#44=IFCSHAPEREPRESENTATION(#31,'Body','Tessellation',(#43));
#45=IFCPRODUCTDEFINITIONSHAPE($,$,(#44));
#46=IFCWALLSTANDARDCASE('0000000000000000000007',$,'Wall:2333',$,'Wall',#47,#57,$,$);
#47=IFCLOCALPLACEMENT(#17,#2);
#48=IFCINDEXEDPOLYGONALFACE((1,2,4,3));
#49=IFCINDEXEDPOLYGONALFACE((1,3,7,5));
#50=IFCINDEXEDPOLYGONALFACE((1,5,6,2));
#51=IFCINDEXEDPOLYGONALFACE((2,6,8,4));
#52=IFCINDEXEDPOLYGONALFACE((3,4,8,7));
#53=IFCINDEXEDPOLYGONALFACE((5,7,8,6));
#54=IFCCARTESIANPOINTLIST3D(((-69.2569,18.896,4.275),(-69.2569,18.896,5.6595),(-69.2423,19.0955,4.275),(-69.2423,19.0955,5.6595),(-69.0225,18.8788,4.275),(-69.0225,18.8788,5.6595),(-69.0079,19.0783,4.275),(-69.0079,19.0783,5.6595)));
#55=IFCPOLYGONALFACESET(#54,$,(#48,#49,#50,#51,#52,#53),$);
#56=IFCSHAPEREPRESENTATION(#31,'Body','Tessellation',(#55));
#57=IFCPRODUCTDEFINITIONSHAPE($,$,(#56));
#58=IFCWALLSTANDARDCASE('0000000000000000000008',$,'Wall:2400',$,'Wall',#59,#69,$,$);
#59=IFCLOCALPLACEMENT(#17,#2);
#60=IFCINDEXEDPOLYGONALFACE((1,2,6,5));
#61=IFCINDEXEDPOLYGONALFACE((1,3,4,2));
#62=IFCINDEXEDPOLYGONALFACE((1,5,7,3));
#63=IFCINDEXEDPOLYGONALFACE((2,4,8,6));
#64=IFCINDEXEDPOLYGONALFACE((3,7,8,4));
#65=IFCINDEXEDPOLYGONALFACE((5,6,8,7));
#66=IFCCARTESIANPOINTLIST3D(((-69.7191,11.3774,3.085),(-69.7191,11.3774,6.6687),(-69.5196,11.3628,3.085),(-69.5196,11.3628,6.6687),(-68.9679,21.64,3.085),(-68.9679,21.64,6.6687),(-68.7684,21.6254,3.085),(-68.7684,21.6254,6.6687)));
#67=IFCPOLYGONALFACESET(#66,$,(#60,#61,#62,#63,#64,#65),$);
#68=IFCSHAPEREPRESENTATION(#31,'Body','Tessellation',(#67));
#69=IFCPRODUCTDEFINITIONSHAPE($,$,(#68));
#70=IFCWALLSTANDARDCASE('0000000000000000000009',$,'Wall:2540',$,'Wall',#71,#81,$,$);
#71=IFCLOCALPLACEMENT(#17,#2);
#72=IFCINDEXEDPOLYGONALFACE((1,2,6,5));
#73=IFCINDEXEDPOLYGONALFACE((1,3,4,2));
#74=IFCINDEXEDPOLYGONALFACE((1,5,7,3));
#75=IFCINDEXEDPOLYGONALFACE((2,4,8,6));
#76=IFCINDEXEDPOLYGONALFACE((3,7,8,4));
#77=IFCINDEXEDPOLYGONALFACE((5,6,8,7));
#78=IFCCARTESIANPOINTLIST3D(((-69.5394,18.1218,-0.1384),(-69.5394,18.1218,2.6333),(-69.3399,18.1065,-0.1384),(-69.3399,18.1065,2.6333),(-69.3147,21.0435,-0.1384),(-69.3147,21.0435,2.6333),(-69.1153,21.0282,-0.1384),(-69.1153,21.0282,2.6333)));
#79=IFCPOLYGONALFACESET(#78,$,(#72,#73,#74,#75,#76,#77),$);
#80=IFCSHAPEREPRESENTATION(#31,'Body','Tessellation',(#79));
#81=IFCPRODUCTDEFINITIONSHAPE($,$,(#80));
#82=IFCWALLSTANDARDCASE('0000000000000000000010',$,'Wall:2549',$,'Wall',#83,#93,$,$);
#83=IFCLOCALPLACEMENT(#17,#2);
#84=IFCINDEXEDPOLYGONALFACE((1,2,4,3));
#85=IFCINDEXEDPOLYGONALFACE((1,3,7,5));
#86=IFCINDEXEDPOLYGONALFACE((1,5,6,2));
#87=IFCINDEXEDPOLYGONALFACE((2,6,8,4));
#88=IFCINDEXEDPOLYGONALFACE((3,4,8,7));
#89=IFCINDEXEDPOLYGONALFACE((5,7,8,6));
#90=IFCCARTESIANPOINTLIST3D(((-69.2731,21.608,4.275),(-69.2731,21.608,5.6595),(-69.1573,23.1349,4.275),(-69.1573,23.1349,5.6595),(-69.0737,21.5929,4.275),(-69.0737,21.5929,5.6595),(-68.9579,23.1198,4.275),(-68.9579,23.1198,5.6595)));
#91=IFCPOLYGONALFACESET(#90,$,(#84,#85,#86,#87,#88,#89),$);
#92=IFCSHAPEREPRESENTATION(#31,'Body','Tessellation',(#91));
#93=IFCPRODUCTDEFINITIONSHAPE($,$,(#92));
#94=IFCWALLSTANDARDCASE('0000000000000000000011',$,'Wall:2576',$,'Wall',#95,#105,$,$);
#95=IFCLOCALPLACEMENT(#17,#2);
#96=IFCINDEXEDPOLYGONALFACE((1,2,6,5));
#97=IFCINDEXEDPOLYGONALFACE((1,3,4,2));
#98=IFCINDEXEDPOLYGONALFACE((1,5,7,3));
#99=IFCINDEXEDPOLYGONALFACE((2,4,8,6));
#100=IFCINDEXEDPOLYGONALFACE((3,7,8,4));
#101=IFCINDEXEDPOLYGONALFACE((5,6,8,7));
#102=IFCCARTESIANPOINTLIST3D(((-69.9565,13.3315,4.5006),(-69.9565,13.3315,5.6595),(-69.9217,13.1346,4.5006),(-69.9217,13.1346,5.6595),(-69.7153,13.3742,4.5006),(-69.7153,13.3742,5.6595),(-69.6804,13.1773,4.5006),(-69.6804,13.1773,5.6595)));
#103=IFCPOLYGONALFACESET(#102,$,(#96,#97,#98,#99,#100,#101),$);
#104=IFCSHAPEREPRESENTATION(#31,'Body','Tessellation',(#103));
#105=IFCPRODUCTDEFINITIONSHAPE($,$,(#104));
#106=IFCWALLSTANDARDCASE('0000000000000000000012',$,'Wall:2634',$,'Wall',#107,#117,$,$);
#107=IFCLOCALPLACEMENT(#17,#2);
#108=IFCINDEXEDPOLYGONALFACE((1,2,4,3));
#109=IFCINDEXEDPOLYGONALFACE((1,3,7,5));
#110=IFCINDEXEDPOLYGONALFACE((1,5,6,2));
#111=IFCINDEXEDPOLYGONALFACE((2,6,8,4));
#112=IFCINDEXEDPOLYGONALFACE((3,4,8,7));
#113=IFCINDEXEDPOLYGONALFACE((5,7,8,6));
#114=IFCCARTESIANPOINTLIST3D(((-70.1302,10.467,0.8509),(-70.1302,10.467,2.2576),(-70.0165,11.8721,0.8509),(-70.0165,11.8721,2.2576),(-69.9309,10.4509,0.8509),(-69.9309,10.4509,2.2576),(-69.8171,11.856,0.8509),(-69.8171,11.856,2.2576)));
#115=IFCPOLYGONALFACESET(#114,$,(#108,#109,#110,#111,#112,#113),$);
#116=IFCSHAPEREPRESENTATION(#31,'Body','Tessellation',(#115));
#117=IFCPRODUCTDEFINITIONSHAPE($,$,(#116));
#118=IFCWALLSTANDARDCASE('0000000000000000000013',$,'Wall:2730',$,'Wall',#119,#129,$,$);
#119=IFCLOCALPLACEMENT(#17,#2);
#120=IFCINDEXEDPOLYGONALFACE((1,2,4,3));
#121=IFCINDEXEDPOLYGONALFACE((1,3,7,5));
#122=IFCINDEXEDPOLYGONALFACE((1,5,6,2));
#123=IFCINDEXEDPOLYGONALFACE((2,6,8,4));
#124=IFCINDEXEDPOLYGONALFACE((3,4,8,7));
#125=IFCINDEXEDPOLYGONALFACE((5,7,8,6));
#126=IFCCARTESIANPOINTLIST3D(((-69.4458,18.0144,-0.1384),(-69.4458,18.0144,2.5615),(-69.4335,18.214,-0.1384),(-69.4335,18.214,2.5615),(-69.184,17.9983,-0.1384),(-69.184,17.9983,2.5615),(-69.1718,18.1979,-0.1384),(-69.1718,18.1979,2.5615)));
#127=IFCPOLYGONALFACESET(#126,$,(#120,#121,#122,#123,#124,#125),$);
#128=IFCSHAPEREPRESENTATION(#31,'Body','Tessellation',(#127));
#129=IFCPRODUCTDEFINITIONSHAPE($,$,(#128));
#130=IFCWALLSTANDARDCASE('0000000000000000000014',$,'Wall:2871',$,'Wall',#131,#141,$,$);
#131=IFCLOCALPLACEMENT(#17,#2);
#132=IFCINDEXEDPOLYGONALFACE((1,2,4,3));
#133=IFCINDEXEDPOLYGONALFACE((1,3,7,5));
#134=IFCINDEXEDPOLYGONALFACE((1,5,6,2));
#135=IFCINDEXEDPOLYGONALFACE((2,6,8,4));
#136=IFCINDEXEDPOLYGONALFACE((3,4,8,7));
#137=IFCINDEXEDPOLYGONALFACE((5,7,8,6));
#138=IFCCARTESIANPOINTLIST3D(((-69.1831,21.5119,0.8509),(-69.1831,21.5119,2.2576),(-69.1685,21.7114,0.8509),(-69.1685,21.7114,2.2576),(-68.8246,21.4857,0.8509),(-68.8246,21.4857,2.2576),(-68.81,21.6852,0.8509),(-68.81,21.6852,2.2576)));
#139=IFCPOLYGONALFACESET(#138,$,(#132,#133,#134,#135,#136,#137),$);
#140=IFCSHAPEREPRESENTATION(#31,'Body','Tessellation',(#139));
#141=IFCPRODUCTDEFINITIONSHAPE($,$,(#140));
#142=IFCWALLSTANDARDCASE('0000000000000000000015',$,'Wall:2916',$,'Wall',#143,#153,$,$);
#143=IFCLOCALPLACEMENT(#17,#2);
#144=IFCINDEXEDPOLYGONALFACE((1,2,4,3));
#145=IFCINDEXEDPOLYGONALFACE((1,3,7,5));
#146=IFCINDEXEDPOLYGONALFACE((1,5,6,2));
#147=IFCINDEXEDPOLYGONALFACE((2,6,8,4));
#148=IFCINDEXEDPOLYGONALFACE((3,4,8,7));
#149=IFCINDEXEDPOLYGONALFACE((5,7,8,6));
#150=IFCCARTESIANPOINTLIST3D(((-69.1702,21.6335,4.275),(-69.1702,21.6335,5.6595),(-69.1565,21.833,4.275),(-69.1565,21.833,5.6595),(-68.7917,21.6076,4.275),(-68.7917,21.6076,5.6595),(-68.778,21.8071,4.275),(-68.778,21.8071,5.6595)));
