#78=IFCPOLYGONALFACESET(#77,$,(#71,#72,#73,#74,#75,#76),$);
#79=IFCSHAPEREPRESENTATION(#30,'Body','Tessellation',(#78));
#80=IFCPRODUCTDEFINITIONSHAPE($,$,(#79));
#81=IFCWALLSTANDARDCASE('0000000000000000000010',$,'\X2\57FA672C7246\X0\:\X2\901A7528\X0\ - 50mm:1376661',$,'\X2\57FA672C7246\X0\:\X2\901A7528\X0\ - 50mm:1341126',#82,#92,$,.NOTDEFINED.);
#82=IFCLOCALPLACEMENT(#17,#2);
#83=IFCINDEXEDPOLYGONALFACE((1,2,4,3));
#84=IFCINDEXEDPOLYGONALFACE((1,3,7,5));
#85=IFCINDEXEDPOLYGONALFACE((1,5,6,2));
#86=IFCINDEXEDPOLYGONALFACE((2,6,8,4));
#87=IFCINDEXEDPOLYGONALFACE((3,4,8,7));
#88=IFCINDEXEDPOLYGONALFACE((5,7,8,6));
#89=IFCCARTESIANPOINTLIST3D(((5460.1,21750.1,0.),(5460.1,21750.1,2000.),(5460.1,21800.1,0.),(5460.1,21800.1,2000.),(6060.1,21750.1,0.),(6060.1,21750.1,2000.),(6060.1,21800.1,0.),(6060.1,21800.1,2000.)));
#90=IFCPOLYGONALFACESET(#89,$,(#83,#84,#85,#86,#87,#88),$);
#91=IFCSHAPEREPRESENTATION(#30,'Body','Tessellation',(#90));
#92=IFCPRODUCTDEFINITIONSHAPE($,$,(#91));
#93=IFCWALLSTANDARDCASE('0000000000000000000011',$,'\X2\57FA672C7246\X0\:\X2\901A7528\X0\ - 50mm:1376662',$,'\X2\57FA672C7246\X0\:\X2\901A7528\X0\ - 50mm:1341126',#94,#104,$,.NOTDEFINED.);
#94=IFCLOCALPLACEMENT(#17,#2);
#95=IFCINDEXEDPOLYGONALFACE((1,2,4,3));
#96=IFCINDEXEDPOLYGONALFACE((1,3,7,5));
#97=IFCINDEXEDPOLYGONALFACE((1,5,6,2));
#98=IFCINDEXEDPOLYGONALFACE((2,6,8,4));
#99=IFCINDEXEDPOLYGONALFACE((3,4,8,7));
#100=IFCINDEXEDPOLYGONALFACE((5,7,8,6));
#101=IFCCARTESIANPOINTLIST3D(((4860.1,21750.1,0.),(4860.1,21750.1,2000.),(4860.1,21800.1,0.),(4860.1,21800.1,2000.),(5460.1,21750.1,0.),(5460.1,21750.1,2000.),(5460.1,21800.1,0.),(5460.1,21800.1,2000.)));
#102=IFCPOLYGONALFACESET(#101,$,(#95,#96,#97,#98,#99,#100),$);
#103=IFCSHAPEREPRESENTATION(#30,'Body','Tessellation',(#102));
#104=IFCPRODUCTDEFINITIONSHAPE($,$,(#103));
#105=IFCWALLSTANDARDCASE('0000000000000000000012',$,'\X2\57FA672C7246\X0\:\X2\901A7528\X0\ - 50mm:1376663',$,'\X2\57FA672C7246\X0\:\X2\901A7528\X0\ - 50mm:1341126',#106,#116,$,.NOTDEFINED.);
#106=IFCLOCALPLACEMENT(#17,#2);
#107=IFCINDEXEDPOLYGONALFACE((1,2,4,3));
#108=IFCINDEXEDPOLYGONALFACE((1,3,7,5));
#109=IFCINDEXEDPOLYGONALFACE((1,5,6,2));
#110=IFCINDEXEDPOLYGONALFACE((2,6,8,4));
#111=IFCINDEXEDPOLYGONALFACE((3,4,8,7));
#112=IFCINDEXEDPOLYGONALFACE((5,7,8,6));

[Activity]
Copy every line where the word "Tessellation" is present in the entries above.

[Finished task]
#44=IFCSHAPEREPRESENTATION(#31,'Body','Tessellation',(#43));
#56=IFCSHAPEREPRESENTATION(#31,'Body','Tessellation',(#55));
#68=IFCSHAPEREPRESENTATION(#31,'Body','Tessellation',(#67));
#80=IFCSHAPEREPRESENTATION(#31,'Body','Tessellation',(#79));
#92=IFCSHAPEREPRESENTATION(#31,'Body','Tessellation',(#91));
#104=IFCSHAPEREPRESENTATION(#31,'Body','Tessellation',(#103));
#116=IFCSHAPEREPRESENTATION(#31,'Body','Tessellation',(#115));
#128=IFCSHAPEREPRESENTATION(#31,'Body','Tessellation',(#127));
#140=IFCSHAPEREPRESENTATION(#31,'Body','Tessellation',(#139));
#79=IFCSHAPEREPRESENTATION(#30,'Body','Tessellation',(#78));
#91=IFCSHAPEREPRESENTATION(#30,'Body','Tessellation',(#90));
#103=IFCSHAPEREPRESENTATION(#30,'Body','Tessellation',(#102));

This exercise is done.